From this day of rain a fortnight follows of clear blue skies. The mountains in the east – rising in Epirus and the southern tip of Albania – return, during these unexpected days of early autumn , to their Wedgwood blue haze. The strip of sea between Corfu and the mainland could be mistaken for a placid lake, our green hills along its western shore, barer land over the strait.  
After weeks of washing clothes by hand – no great problem - we’ve bought a washer to replace the old one Lin couldn’t mend. Mark took it away for scrap after I’d unbolted its concrete steadying weights. I've carried them down to the garden where they stand as modernist shapes. From the same store on the road to Lefkimmi we’ve also bought a new wood stove – exact match of the one that came with the house 12 years ago. Age and misuse had warped the old stove's lid; its body leaked smoke from cracks at each corner. I manhandled three hundred weight of cast iron down the balcony steps, through the apothiki, to the garden where, filled with soil from the compost heap, the old stove sprouts a young bougainvillea we’ve bought.   
In search of context I’ve been reading a school text describing British economic and  social history from 1700. It ends in 1975 when I was 33 - just starting to live in a grown up way so it seemed; helping me to try understanding the next 44 years – my small life's window that included marrying Linda, her having our two children, getting our own house, the job I’ve had until I left the university a few years ago; my bicycles and my travels on them, the advent of Mrs Thatcher, the routing of the public sector, privatisation, the ending of the narratives and ideologies of modernism with its vision in many dimensions of 'one society'. About ten years ago I was strolling, with my folding bicycle, along the slab pavement of the Thames South Bank in London. Under my feet I found a commemorative plaque celebrating the Festival of Britain - marking its centre. For a millisecond I caught a full-body memory of a 9 year-old holding mum's hand in just that spot pausing amid many people - an enthusiastic crowded space - in 1951. "I have no wish to return to that time. I'd rather be in the now and the future" I thought. But I liked the thought of having been there long ago. 
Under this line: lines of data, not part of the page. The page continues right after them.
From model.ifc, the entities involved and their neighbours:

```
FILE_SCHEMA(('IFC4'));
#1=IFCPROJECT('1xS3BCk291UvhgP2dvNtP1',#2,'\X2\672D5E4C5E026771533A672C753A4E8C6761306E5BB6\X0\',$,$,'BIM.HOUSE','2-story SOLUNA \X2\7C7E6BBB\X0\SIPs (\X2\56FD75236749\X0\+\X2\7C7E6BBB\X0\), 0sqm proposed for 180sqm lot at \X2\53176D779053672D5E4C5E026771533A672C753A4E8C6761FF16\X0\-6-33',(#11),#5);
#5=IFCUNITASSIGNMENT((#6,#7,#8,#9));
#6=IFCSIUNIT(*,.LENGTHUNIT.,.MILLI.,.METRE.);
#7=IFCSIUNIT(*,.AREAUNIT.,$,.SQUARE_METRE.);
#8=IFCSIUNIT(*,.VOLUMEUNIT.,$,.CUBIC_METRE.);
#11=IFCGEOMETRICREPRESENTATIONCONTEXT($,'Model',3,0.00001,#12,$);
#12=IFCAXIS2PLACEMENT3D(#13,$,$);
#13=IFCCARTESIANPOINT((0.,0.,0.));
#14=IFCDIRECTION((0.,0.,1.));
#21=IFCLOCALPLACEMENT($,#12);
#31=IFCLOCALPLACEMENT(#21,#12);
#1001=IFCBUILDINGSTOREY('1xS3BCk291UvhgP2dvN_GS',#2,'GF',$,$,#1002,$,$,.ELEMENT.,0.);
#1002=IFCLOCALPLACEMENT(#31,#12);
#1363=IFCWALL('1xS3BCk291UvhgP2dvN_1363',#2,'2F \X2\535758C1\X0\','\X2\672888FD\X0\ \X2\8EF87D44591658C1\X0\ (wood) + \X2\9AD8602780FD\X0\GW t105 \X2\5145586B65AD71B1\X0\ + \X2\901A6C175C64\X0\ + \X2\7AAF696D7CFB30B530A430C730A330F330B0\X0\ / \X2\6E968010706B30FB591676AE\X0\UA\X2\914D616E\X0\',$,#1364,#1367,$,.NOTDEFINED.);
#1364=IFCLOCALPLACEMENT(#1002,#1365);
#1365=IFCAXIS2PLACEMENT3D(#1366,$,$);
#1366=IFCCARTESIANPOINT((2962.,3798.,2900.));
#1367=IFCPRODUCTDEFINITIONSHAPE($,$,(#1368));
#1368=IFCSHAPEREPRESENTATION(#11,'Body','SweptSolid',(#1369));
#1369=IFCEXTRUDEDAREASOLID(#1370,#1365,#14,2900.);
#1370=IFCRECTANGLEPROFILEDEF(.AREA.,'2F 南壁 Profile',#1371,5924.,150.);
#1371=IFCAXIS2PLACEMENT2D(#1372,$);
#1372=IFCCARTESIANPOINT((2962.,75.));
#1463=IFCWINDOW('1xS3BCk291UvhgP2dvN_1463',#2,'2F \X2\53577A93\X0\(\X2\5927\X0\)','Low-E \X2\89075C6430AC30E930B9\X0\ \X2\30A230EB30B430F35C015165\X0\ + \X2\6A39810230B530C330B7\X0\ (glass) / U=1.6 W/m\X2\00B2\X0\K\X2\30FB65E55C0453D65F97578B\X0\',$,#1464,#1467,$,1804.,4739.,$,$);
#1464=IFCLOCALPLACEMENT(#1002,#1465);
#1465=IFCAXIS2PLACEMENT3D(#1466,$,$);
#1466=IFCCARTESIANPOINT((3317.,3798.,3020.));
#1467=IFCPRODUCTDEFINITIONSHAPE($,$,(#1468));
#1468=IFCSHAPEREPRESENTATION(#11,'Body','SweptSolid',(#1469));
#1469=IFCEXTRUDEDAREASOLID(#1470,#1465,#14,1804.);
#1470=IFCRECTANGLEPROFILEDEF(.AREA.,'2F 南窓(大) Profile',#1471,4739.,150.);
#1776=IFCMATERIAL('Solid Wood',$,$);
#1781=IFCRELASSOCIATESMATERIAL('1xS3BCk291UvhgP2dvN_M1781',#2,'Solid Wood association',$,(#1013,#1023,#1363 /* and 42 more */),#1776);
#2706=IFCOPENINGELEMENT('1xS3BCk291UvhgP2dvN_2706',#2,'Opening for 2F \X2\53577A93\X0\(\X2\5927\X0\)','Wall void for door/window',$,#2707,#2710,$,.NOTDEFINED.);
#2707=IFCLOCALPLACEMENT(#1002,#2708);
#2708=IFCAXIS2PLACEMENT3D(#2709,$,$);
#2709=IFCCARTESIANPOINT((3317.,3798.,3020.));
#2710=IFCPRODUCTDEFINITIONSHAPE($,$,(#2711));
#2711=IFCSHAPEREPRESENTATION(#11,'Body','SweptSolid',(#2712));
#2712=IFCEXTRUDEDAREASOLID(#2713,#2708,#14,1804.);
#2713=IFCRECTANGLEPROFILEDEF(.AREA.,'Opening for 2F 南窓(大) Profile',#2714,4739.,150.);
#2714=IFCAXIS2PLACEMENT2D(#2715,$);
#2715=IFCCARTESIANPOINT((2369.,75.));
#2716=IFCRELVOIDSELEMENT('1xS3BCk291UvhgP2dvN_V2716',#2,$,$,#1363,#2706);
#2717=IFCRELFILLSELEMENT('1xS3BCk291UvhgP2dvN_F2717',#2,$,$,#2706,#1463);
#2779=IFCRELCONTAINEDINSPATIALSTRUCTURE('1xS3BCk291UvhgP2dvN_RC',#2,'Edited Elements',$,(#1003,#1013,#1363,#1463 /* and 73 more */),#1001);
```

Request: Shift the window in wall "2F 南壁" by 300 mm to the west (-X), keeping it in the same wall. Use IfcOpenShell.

```python
import ifcopenshell
import ifcopenshell.api.geometry
import ifcopenshell.util.placement
import ifcopenshell.util.unit

model = ifcopenshell.open("model.ifc")
unit_scale = ifcopenshell.util.unit.calculate_unit_scale(model)

window = model.by_id(1463)
opening = window.FillsVoids[0].RelatingOpeningElement
wall = opening.VoidsElements[0].RelatingBuildingElement

wall_matrix = ifcopenshell.util.placement.get_local_placement(wall.ObjectPlacement)
shift = wall_matrix[:3, 0] * -0.3 / unit_scale
before = ifcopenshell.util.placement.get_local_placement(window.ObjectPlacement)[:3, 3].copy()

# The window is not placed relative to its opening, so move both.
for product in (opening, window):
    matrix = ifcopenshell.util.placement.get_local_placement(product.ObjectPlacement)
    matrix[:3, 3] += shift
    ifcopenshell.api.geometry.edit_object_placement(model, product=product, matrix=matrix, is_si=False)

after = ifcopenshell.util.placement.get_local_placement(window.ObjectPlacement)[:3, 3]
print("window moved by", (after - before).round(3) + 0.0)

model.write("model-out.ifc")
```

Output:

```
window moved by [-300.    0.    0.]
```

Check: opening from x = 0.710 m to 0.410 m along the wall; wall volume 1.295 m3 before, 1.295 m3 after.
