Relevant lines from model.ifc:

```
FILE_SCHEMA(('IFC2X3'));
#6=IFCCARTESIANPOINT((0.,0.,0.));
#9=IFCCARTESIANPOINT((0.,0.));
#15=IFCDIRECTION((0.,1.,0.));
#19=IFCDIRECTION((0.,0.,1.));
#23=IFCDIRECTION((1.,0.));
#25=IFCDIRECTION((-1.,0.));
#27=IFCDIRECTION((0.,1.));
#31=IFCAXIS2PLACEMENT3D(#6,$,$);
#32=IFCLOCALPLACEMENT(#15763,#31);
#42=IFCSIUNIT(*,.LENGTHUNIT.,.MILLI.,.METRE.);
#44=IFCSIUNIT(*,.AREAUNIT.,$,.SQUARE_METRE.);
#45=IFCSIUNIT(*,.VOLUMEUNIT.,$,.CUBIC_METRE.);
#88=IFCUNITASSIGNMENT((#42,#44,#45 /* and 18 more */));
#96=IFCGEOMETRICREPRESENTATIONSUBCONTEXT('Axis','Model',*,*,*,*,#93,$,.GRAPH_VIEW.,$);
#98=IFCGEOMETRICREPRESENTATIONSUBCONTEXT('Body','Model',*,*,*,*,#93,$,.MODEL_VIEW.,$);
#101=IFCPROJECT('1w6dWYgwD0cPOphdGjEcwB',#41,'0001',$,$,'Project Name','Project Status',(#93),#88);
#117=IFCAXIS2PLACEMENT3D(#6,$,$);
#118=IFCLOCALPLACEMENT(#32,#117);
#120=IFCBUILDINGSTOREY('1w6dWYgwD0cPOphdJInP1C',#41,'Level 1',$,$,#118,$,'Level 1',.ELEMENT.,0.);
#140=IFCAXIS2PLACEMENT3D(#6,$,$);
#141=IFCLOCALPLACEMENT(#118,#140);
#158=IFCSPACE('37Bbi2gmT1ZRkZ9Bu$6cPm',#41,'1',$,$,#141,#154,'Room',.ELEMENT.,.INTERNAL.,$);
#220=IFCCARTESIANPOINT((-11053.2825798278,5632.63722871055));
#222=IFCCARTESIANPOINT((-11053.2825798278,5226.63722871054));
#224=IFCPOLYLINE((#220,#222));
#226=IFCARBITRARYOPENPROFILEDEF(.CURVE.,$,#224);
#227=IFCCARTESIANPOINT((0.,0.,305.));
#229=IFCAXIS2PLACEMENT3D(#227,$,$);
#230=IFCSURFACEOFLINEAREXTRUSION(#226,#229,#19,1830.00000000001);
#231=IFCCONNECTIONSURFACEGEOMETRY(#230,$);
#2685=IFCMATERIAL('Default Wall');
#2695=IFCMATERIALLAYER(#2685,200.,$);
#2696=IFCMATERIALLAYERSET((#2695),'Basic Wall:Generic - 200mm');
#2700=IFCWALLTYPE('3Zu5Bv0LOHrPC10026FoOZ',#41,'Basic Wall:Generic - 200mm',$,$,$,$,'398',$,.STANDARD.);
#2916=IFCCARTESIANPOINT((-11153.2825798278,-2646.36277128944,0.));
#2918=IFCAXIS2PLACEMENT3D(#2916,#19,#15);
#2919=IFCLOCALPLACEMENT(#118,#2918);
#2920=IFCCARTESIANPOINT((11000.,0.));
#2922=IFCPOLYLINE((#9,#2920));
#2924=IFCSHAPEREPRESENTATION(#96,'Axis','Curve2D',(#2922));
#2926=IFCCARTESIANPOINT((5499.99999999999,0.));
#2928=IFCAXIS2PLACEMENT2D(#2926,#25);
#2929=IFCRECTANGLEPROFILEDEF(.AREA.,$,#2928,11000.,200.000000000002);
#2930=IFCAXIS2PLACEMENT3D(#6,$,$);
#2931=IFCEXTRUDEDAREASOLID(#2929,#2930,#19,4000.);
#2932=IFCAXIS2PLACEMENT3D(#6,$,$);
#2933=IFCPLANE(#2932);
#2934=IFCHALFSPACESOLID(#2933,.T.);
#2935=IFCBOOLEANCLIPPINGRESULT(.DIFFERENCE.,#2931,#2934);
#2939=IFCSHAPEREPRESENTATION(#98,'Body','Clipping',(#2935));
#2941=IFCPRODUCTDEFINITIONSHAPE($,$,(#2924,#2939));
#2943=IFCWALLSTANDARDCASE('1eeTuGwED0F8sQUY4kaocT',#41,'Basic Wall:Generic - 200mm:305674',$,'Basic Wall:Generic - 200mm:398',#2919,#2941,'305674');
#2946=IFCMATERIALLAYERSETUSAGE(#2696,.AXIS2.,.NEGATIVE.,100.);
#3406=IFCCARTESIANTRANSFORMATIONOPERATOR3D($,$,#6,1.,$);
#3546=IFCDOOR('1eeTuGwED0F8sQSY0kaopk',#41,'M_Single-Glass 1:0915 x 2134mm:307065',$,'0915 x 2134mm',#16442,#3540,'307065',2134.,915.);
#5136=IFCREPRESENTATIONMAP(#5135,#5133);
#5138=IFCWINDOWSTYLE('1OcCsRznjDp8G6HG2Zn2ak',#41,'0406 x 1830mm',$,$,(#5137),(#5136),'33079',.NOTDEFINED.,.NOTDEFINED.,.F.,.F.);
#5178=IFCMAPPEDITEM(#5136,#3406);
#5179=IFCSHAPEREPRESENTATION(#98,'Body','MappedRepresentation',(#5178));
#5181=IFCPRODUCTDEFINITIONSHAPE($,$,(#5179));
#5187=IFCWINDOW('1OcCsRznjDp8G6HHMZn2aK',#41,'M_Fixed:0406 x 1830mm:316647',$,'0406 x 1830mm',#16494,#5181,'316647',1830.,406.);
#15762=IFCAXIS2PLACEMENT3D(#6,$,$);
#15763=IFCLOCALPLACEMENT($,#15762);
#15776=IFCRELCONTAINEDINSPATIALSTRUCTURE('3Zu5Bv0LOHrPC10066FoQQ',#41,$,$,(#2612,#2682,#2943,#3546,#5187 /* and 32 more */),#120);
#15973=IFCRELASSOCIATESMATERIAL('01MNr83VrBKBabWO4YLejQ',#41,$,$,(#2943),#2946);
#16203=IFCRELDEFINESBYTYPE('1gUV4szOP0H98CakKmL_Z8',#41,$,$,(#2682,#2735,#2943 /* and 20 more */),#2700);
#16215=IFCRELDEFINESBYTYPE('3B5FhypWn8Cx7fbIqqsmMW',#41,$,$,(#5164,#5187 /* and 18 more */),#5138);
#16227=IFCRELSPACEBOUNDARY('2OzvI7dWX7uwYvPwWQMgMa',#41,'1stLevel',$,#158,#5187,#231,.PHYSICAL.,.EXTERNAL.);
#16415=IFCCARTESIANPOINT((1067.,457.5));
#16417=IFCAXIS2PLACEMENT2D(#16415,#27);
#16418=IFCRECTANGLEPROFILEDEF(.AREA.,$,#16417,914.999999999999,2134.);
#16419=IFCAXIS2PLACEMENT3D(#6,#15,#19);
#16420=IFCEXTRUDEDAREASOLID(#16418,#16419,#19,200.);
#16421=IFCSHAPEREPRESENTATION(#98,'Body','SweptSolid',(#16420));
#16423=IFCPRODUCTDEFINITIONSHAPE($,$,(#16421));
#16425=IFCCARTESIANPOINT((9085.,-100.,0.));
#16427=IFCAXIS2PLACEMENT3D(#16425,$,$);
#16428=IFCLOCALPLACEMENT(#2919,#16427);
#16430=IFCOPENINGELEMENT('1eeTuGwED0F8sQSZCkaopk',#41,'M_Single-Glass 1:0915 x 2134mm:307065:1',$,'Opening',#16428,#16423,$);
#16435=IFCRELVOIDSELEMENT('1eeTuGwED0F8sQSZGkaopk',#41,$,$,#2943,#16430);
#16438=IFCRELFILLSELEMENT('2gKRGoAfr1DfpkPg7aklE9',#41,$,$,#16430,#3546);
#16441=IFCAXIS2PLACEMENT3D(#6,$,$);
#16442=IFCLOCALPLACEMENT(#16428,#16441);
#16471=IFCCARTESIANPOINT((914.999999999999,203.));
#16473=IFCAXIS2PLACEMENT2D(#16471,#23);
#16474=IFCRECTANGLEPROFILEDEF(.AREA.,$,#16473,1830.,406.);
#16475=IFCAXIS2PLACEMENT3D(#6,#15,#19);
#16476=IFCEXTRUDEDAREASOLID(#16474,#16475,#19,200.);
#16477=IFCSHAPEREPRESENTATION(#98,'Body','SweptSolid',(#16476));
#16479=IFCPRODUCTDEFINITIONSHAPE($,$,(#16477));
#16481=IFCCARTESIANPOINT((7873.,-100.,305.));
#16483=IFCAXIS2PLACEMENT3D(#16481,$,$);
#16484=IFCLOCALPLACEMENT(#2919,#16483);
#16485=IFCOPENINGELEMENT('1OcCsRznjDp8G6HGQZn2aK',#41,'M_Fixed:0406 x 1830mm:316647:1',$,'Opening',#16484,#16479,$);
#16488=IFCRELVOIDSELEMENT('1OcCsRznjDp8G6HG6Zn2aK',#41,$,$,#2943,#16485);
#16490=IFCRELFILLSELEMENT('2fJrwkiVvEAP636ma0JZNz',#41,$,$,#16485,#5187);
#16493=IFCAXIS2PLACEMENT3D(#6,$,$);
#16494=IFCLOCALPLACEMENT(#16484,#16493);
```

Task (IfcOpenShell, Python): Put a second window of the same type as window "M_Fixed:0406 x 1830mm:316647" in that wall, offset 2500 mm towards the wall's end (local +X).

```python
import numpy as np
import ifcopenshell
import ifcopenshell.api.feature
import ifcopenshell.api.geometry
import ifcopenshell.api.root
import ifcopenshell.geom
import ifcopenshell.util.element
import ifcopenshell.util.placement
import ifcopenshell.util.shape
import ifcopenshell.util.unit

model = ifcopenshell.open("model.ifc")
unit_scale = ifcopenshell.util.unit.calculate_unit_scale(model)
settings = ifcopenshell.geom.settings()


def volume(element):
    """Net volume in cubic metres, openings subtracted."""
    shape = ifcopenshell.geom.create_shape(settings, element)
    return ifcopenshell.util.shape.get_volume(shape.geometry)


def reuse_history(source, copy):
    """copy_class also copies each property set's owner history, people and application; keep the originals."""
    for rel in copy.IsDefinedBy:
        if rel.is_a("IfcRelDefinesByProperties") and (history := rel.RelatingPropertyDefinition.OwnerHistory):
            rel.RelatingPropertyDefinition.OwnerHistory = source.OwnerHistory
            ifcopenshell.util.element.remove_deep2(model, history)


window = model.by_id(5187)
opening = window.FillsVoids[0].RelatingOpeningElement
wall = opening.VoidsElements[0].RelatingBuildingElement
before = volume(wall)
shift = ifcopenshell.util.placement.get_local_placement(wall.ObjectPlacement)[:3, 0] * 2.5 / unit_scale

# copy_class copies the void relationship, type, container and properties, but no geometry.
new_opening = ifcopenshell.api.root.copy_class(model, product=opening)
new_opening.Representation = ifcopenshell.util.element.copy_deep(
    model, opening.Representation, exclude=["IfcGeometricRepresentationContext", "IfcRepresentationMap"]
)
new_opening.Name = "M_Fixed:0406 x 1830mm"
new_window = ifcopenshell.api.root.copy_class(model, product=window)
new_window.Representation = ifcopenshell.util.element.copy_deep(
    model, window.Representation, exclude=["IfcGeometricRepresentationContext", "IfcRepresentationMap"]
)
new_window.Name = "M_Fixed:0406 x 1830mm"
new_window.Tag = None
reuse_history(window, new_window)
fills = ifcopenshell.api.feature.add_filling(model, opening=new_opening, element=new_window)
fills.OwnerHistory = new_window.OwnerHistory  # required in IFC2X3

for old, new in ((opening, new_opening), (window, new_window)):
    matrix = ifcopenshell.util.placement.get_local_placement(old.ObjectPlacement)
    matrix[:3, 3] += shift
    ifcopenshell.api.geometry.edit_object_placement(model, product=new, matrix=matrix, is_si=False)

# The copied space boundaries still share their surfaces with the original.
for rel in new_window.ProvidesBoundaries:
    if rel.ConnectionGeometry:
        rel.ConnectionGeometry = ifcopenshell.util.element.copy_deep(model, rel.ConnectionGeometry)

# Space boundary surfaces are stored in each space's coordinates; move them too.
for rel in new_window.ProvidesBoundaries:
    if not rel.ConnectionGeometry:
        continue
    surface = rel.ConnectionGeometry.SurfaceOnRelatingElement
    space_matrix = ifcopenshell.util.placement.get_local_placement(rel.RelatingSpace.ObjectPlacement)
    point = np.array(surface.Position.Location.Coordinates) + space_matrix[:3, :3].T @ shift
    surface.Position = model.createIfcAxis2Placement3D(
        model.createIfcCartesianPoint(point.tolist()), surface.Position.Axis, surface.Position.RefDirection
    )

after = volume(wall)

print(f"wall volume {before:.3f} -> {after:.3f} m3")

model.write("model_edited.ifc")
```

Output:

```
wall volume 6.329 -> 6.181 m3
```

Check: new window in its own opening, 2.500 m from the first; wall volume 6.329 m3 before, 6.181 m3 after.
So...the changing fabric, population and demography of our city, Birmingham, and other cities, the implosion of empire, the blatantly diverging fortunes of rich and poor, automation, artificial intelligence and the spreading role of decisions by algorithms indecipherable by their authors, the vast harvesting of personal data, the end - almost - of posting letters in mailboxes, the ubiquity of screens and roving phones, the hours spent dealing - over the phone - with energy service companies, the world wide web which I entered only in 1995, personal data harvesting, the dilution of place as a product of vast increases in the ease of transience "I'm both somewhere and anywhere",  identity politics "I'm a type on a bureaucratic check list which is useful to know, and I'm not at all which is also a lesson"; the tsunami of superficial distraction, but also my allotment, my continuing work with family, on getting the work of my stepfather  - Jack Hargreaves - restored and published, and also our project with his descendant family ("such a privilege") to give a a wider profile to the laic sculptor of Ano Korakiana, Aristeidis Metallinos (1908-1987), my involvement with local campaigns especially Handsworth Park, the Victoria Jubilee Allotments...
With our grandson, Oliver, on Plot 14 of the Victoria Jubilee Allotments (photo: Tim Hamilton)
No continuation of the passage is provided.